# EXERCISE BRIEF
The data should be transcribed in its entirety, word for word.

Stored items:
↓

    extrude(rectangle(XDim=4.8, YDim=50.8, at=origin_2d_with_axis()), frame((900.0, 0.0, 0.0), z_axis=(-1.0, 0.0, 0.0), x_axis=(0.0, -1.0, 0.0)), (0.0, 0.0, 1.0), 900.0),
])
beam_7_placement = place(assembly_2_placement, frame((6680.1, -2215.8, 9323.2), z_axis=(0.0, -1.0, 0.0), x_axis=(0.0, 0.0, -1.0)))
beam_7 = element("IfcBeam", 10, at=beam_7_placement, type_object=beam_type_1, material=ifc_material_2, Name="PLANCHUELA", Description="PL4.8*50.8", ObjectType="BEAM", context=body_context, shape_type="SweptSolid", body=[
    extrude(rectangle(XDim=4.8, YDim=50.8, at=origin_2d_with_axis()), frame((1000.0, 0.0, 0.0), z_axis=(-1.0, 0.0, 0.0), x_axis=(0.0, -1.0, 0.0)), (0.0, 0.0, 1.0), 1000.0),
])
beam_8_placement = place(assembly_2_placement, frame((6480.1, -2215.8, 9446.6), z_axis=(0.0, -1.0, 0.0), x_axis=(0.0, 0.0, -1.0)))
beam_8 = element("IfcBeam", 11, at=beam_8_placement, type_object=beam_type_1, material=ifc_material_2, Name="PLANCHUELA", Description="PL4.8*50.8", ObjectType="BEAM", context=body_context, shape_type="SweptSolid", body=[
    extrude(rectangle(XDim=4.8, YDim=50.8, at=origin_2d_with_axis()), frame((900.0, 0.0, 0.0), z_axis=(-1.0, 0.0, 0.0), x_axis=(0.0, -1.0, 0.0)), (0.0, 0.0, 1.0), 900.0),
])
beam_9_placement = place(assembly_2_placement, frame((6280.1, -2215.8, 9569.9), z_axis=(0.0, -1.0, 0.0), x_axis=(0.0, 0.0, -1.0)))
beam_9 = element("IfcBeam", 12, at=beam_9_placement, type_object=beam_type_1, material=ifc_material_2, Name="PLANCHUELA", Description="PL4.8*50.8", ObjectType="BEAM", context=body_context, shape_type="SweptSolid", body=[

↑

# EXERCISE ANSWER
    extrude(rectangle(XDim=4.8, YDim=50.8, at=origin_2d_with_axis()), frame((900.0, 0.0, 0.0), z_axis=(-1.0, 0.0, 0.0), x_axis=(0.0, -1.0, 0.0)), (0.0, 0.0, 1.0), 900.0),
])
beam_7_placement = place(assembly_2_placement, frame((6680.1, -2215.8, 9323.2), z_axis=(0.0, -1.0, 0.0), x_axis=(0.0, 0.0, -1.0)))
beam_7 = element("IfcBeam", 10, at=beam_7_placement, type_object=beam_type_1, material=ifc_material_2, Name="PLANCHUELA", Description="PL4.8*50.8", ObjectType="BEAM", context=body_context, shape_type="SweptSolid", body=[
    extrude(rectangle(XDim=4.8, YDim=50.8, at=origin_2d_with_axis()), frame((1000.0, 0.0, 0.0), z_axis=(-1.0, 0.0, 0.0), x_axis=(0.0, -1.0, 0.0)), (0.0, 0.0, 1.0), 1000.0),
])
beam_8_placement = place(assembly_2_placement, frame((6480.1, -2215.8, 9446.6), z_axis=(0.0, -1.0, 0.0), x_axis=(0.0, 0.0, -1.0)))
beam_8 = element("IfcBeam", 11, at=beam_8_placement, type_object=beam_type_1, material=ifc_material_2, Name="PLANCHUELA", Description="PL4.8*50.8", ObjectType="BEAM", context=body_context, shape_type="SweptSolid", body=[
    extrude(rectangle(XDim=4.8, YDim=50.8, at=origin_2d_with_axis()), frame((900.0, 0.0, 0.0), z_axis=(-1.0, 0.0, 0.0), x_axis=(0.0, -1.0, 0.0)), (0.0, 0.0, 1.0), 900.0),
])
beam_9_placement = place(assembly_2_placement, frame((6280.1, -2215.8, 9569.9), z_axis=(0.0, -1.0, 0.0), x_axis=(0.0, 0.0, -1.0)))
beam_9 = element("IfcBeam", 12, at=beam_9_placement, type_object=beam_type_1, material=ifc_material_2, Name="PLANCHUELA", Description="PL4.8*50.8", ObjectType="BEAM", context=body_context, shape_type="SweptSolid", body=[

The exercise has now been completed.